▼▼▼

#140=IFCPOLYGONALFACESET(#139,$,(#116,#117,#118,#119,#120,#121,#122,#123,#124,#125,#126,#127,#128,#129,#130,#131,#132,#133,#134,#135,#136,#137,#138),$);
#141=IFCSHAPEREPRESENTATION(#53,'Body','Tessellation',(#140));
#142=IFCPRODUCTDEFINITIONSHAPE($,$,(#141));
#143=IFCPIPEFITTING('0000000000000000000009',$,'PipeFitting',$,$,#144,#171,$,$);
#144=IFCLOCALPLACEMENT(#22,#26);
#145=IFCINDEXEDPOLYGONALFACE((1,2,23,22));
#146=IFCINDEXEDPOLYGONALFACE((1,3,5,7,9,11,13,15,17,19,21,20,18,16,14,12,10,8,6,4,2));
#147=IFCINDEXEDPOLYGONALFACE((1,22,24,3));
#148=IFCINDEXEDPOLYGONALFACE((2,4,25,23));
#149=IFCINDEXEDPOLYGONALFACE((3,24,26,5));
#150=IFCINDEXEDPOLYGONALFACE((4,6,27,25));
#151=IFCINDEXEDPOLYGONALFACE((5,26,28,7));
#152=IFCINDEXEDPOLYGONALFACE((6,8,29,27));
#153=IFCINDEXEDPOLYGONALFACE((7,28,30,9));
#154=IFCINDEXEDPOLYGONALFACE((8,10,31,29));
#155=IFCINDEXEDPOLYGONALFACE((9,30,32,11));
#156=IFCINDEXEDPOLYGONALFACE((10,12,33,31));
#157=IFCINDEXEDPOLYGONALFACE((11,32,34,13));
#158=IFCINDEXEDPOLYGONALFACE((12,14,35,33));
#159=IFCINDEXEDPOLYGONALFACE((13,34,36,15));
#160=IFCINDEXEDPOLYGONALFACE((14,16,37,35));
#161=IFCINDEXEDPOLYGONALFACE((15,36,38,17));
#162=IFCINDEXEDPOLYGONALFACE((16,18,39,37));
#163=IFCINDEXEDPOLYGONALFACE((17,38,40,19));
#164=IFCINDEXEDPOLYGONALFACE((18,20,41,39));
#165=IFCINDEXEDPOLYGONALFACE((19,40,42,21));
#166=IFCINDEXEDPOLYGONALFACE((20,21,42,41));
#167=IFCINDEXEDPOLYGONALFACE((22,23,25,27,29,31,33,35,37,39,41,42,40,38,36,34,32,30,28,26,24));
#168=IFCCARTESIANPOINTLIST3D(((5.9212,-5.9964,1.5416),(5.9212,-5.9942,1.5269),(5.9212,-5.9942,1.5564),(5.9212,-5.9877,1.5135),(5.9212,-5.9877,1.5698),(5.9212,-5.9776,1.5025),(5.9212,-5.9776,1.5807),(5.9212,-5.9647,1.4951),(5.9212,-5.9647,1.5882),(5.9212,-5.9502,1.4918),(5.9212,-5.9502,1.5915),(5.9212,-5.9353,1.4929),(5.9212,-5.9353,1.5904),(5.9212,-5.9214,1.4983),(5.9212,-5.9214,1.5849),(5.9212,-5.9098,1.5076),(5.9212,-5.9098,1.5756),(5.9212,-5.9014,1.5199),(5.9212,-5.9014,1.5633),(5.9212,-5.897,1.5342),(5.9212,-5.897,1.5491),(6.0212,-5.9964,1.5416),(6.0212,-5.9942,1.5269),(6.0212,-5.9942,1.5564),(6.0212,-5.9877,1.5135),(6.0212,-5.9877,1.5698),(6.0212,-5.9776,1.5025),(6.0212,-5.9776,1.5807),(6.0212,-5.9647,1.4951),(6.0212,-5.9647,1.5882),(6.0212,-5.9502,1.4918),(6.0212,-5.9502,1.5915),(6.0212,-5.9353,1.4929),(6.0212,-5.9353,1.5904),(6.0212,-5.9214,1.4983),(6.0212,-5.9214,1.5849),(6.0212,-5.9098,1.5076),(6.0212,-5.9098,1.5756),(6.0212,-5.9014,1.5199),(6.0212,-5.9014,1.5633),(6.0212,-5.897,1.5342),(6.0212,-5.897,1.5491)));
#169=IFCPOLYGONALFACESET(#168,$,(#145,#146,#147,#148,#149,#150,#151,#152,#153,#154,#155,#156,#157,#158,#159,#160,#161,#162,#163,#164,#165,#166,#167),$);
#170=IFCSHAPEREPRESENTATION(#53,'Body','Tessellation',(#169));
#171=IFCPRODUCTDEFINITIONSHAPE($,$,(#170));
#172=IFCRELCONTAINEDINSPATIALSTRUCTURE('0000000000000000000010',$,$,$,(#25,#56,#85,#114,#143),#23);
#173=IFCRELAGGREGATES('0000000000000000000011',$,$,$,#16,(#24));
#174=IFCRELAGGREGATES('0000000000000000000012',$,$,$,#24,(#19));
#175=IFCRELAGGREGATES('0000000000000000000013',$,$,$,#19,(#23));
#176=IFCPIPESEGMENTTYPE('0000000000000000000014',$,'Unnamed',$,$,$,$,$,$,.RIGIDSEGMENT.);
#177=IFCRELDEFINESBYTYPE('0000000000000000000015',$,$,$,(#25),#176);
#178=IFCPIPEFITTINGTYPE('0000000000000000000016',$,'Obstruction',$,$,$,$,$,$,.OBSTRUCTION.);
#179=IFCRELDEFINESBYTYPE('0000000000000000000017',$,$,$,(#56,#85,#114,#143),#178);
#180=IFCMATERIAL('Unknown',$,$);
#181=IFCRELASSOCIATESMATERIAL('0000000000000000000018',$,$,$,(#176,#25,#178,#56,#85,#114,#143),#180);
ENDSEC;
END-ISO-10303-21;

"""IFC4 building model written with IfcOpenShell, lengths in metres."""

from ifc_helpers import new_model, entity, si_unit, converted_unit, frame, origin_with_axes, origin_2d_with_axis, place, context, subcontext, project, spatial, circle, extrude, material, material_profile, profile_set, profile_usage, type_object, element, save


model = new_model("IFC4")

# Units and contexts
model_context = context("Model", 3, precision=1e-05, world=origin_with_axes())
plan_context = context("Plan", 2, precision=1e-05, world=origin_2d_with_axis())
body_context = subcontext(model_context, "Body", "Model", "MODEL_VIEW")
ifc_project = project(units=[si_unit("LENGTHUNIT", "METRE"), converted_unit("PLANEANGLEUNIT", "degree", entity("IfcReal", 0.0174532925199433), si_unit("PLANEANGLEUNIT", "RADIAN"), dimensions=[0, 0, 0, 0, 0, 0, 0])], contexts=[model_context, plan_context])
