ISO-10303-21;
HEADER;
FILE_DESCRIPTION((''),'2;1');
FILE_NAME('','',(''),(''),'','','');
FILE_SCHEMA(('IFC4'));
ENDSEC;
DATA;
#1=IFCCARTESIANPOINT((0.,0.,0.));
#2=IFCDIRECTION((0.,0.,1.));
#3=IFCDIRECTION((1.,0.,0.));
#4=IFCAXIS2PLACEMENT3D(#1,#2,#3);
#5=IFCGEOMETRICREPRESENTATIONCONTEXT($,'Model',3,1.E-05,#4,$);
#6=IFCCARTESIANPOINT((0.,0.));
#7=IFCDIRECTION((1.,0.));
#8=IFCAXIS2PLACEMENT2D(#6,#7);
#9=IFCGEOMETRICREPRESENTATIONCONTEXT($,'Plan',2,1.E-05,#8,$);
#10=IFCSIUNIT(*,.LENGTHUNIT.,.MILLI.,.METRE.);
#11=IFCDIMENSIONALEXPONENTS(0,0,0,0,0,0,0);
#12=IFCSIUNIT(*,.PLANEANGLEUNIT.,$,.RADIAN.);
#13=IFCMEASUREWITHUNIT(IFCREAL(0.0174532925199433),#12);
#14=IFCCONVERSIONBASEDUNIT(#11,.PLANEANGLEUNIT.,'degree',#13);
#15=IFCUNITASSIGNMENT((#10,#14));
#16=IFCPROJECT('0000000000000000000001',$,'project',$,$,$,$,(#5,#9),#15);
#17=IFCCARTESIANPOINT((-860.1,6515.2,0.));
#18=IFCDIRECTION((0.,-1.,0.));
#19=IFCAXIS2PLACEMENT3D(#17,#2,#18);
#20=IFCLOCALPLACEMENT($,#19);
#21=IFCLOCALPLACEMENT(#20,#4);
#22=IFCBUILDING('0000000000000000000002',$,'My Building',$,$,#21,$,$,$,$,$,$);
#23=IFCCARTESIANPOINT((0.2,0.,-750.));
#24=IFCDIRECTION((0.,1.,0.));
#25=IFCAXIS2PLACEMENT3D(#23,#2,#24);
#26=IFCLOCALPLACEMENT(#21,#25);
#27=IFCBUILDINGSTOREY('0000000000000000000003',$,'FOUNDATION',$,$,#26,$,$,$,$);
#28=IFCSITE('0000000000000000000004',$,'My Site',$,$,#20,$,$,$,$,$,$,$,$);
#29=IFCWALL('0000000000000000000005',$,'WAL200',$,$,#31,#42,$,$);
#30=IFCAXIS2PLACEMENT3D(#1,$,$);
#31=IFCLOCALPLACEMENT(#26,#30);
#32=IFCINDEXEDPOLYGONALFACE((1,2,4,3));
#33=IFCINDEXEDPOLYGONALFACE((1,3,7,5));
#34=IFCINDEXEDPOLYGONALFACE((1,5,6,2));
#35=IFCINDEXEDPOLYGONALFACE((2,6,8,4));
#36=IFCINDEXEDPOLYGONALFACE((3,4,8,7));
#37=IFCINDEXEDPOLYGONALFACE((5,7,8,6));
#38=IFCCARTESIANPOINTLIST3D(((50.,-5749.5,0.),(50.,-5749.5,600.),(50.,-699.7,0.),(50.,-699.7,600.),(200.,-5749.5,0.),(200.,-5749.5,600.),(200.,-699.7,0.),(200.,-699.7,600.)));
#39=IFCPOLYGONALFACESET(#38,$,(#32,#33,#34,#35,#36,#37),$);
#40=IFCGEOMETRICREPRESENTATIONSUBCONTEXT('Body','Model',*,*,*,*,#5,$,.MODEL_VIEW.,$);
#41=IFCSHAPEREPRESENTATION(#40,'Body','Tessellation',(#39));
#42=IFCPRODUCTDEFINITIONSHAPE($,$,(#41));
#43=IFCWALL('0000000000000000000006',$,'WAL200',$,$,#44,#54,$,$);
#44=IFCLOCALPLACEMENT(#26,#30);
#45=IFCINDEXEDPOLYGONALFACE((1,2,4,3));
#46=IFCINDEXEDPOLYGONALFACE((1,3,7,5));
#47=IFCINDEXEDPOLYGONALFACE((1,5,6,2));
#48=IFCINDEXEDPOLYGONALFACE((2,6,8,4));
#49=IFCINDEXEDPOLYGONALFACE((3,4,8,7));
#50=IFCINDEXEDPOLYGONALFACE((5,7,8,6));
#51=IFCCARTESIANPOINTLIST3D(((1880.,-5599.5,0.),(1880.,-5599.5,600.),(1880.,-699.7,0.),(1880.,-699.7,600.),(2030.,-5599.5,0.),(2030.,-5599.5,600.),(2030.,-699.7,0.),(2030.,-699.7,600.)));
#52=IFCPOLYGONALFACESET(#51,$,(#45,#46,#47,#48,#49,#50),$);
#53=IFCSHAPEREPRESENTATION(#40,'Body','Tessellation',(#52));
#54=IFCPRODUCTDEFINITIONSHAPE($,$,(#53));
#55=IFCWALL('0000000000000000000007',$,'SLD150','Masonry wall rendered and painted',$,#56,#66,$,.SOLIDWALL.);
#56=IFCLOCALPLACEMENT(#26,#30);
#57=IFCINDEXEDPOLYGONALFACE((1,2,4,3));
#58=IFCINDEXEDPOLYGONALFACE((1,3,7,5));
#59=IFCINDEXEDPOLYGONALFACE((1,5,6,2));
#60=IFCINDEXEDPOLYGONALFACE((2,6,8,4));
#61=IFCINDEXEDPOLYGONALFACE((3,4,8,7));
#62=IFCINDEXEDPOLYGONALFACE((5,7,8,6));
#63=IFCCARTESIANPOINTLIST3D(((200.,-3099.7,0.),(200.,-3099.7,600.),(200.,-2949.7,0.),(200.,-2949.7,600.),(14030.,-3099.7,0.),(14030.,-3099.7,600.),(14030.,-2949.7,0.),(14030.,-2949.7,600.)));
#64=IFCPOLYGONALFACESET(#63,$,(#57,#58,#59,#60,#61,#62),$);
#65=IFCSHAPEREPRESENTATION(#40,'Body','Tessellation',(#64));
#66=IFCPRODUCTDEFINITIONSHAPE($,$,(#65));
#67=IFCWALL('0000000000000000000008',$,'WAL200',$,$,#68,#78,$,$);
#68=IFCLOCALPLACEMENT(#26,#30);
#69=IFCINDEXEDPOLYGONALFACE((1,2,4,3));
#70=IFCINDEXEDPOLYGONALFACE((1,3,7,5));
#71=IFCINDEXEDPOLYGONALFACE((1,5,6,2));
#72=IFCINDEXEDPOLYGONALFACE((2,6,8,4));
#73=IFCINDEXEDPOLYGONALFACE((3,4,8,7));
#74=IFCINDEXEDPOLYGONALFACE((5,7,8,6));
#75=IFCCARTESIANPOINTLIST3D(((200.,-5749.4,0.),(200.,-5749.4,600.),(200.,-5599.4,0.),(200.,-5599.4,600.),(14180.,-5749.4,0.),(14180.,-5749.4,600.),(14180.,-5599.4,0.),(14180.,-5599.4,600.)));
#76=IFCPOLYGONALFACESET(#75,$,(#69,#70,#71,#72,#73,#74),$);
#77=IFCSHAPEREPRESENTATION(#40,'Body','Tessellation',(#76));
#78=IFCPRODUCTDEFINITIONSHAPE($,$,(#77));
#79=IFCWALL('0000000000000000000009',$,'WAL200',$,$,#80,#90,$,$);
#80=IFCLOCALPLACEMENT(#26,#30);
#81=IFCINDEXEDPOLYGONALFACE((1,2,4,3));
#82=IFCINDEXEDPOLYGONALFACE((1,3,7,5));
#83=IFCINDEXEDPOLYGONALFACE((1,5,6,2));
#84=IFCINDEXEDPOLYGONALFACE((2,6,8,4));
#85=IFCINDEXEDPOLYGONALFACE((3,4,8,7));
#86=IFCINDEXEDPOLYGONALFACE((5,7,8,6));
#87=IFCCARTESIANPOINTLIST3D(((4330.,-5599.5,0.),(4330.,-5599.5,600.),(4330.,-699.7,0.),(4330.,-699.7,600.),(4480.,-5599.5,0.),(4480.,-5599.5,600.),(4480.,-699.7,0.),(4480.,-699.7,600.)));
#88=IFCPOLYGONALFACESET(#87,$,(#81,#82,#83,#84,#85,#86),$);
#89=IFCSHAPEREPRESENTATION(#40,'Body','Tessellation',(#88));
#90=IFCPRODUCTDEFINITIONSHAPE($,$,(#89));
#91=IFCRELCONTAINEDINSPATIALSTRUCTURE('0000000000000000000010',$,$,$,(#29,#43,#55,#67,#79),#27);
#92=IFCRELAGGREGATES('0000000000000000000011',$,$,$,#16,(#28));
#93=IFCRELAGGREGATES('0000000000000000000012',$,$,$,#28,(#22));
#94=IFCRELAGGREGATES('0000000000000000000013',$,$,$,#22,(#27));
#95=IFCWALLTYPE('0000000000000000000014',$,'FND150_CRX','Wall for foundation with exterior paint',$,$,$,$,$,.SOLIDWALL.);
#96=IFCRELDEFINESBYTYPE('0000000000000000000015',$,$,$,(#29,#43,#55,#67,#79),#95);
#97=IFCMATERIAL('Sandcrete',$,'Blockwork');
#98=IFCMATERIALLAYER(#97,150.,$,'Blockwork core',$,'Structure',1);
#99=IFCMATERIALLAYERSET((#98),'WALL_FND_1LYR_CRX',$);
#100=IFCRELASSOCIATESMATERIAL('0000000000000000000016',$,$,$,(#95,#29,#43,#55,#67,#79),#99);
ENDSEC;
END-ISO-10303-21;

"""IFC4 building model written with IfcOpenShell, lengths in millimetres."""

from ifc_helpers import new_model, entity, si_unit, converted_unit, frame, origin_with_axes, origin_2d_with_axis, place, context, subcontext, project, spatial, indexed_curve, outline, extrude, material, layer, layer_set, layer_usage, type_object, element, save


model = new_model("IFC4")

# Units and contexts
model_context = context("Model", 3, precision=1e-05, world=origin_with_axes())
plan_context = context("Plan", 2, precision=1e-05, world=origin_2d_with_axis())
body_context = subcontext(model_context, "Body", "Model", "MODEL_VIEW")
ifc_project = project(units=[si_unit("LENGTHUNIT", "METRE", prefix="MILLI"), converted_unit("PLANEANGLEUNIT", "degree", entity("IfcReal", 0.0174532925199433), si_unit("PLANEANGLEUNIT", "RADIAN"), dimensions=[0, 0, 0, 0, 0, 0, 0])], contexts=[model_context, plan_context])

# Site, building, storey
site_placement = place(None, frame((-860.1, 6515.2, 0.0), z_axis=(0.0, 0.0, 1.0), x_axis=(0.0, -1.0, 0.0)))
site = spatial("IfcSite", under=ifc_project, at=site_placement, Name="My Site")
building_placement = place(site_placement, frame((0.0, 0.0, 0.0), z_axis=(0.0, 0.0, 1.0), x_axis=(1.0, 0.0, 0.0)))
building = spatial("IfcBuilding", under=site, at=building_placement, Name="My Building")
storey_placement = place(building_placement, frame((0.2, 0.0, -750.0), z_axis=(0.0, 0.0, 1.0), x_axis=(0.0, 1.0, 0.0)))
storey = spatial("IfcBuildingStorey", under=building, at=storey_placement, Name="FOUNDATION")

# Walls
ifc_material_1 = material(Name="Sandcrete", Category="Blockwork")
ifc_layer_1 = layer(ifc_material_1, 150.0, Name="Blockwork core", Category="Structure", Priority=1)
ifc_layer_set_1 = layer_set([ifc_layer_1], Name="WALL_FND_1LYR_CRX")
ifc_layer_usage_1 = layer_usage(ifc_layer_set_1, "AXIS2", "POSITIVE", 0.0)
wall_type = type_object("IfcWallType", Name="FND150_CRX", Description="Wall for foundation with exterior paint", PredefinedType="SOLIDWALL", material=ifc_layer_set_1)
wall_1_placement = place(storey_placement, frame((50.0, -699.7, 0.0), z_axis=(0.0, 0.0, 1.0), x_axis=(-0.000001, -1.0, 0.0)))
element("IfcWall", 1, at=wall_1_placement, inside=storey, type_object=wall_type, material=ifc_layer_usage_1, Name="WAL200", context=body_context, shape_type="SweptSolid", body=[
    extrude(outline(indexed_curve([(0.0, 0.0), (0.0, 150.0), (5049.8, 150.0), (5049.8, 0.0), (0.0, 0.0)], self_intersect=False)), origin_with_axes(), (0.0, 0.0, 1.0), 600.0),
])
ifc_layer_usage_2 = layer_usage(ifc_layer_set_1, "AXIS2", "POSITIVE", 0.0)
wall_2_placement = place(storey_placement, frame((1880.0, -699.7, 0.0), z_axis=(0.0, 0.0, 1.0), x_axis=(0.0, -1.0, 0.0)))
element("IfcWall", 2, at=wall_2_placement, inside=storey, type_object=wall_type, material=ifc_layer_usage_2, Name="WAL200", context=body_context, shape_type="SweptSolid", body=[
    extrude(outline(indexed_curve([(0.0, 0.0), (0.0, 150.0), (4899.8, 150.0), (4899.8, 0.0), (0.0, 0.0)], self_intersect=False)), origin_with_axes(), (0.0, 0.0, 1.0), 600.0),
])
ifc_layer_usage_3 = layer_usage(ifc_layer_set_1, "AXIS2", "POSITIVE", 0.0)
wall_3_placement = place(storey_placement, frame((200.0, -3099.7, 0.0), z_axis=(0.0, 0.0, 1.0), x_axis=(1.0, 0.0, 0.0)))
element("IfcWall", 3, at=wall_3_placement, inside=storey, type_object=wall_type, material=ifc_layer_usage_3, Name="SLD150", Description="Masonry wall rendered and painted", PredefinedType="SOLIDWALL", context=body_context, shape_type="SweptSolid", body=[
    extrude(outline(indexed_curve([(0.0, 0.0), (0.0, 150.0), (13830.0, 150.0), (13830.0, 0.0), (0.0, 0.0)], self_intersect=False)), origin_with_axes(), (0.0, 0.0, 1.0), 600.0),
])
ifc_layer_usage_4 = layer_usage(ifc_layer_set_1, "AXIS2", "POSITIVE", 0.0)
wall_4_placement = place(storey_placement, frame((200.0, -5749.4, 0.0), z_axis=(0.0, 0.0, 1.0), x_axis=(1.0, 0.0, 0.0)))
element("IfcWall", 4, at=wall_4_placement, inside=storey, type_object=wall_type, material=ifc_layer_usage_4, Name="WAL200", context=body_context, shape_type="SweptSolid", body=[
    extrude(outline(indexed_curve([(0.0, 0.0), (0.0, 150.0), (13980.0, 150.0), (13980.0, 0.0), (0.0, 0.0)], self_intersect=False)), origin_with_axes(), (0.0, 0.0, 1.0), 600.0),
])
ifc_layer_usage_5 = layer_usage(ifc_layer_set_1, "AXIS2", "POSITIVE", 0.0)
wall_5_placement = place(storey_placement, frame((4330.0, -699.7, 0.0), z_axis=(0.0, 0.0, 1.0), x_axis=(0.0, -1.0, 0.0)))
element("IfcWall", 5, at=wall_5_placement, inside=storey, type_object=wall_type, material=ifc_layer_usage_5, Name="WAL200", context=body_context, shape_type="SweptSolid", body=[
    extrude(outline(indexed_curve([(0.0, 0.0), (0.0, 150.0), (4899.8, 150.0), (4899.8, 0.0), (0.0, 0.0)], self_intersect=False)), origin_with_axes(), (0.0, 0.0, 1.0), 600.0),
])

save(model, "model.ifc")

▲▲▲

**TASK GOAL**
What you return should be exactly the lines above, starting at the one with "#141=IFCSHAPEREPRESENTATION(#53,'Body','Tessellation',(#140));" and ending at the one with "#155=IFCINDEXEDPOLYGONALFACE((9,30,32,11));", and nothing else.

**OUTPUT OF THE EXERCISE**
#141=IFCSHAPEREPRESENTATION(#53,'Body','Tessellation',(#140));
#142=IFCPRODUCTDEFINITIONSHAPE($,$,(#141));
#143=IFCPIPEFITTING('0000000000000000000009',$,'PipeFitting',$,$,#144,#171,$,$);
#144=IFCLOCALPLACEMENT(#22,#26);
#145=IFCINDEXEDPOLYGONALFACE((1,2,23,22));
#146=IFCINDEXEDPOLYGONALFACE((1,3,5,7,9,11,13,15,17,19,21,20,18,16,14,12,10,8,6,4,2));
#147=IFCINDEXEDPOLYGONALFACE((1,22,24,3));
#148=IFCINDEXEDPOLYGONALFACE((2,4,25,23));
#149=IFCINDEXEDPOLYGONALFACE((3,24,26,5));
#150=IFCINDEXEDPOLYGONALFACE((4,6,27,25));
#151=IFCINDEXEDPOLYGONALFACE((5,26,28,7));
#152=IFCINDEXEDPOLYGONALFACE((6,8,29,27));
#153=IFCINDEXEDPOLYGONALFACE((7,28,30,9));
#154=IFCINDEXEDPOLYGONALFACE((8,10,31,29));
#155=IFCINDEXEDPOLYGONALFACE((9,30,32,11));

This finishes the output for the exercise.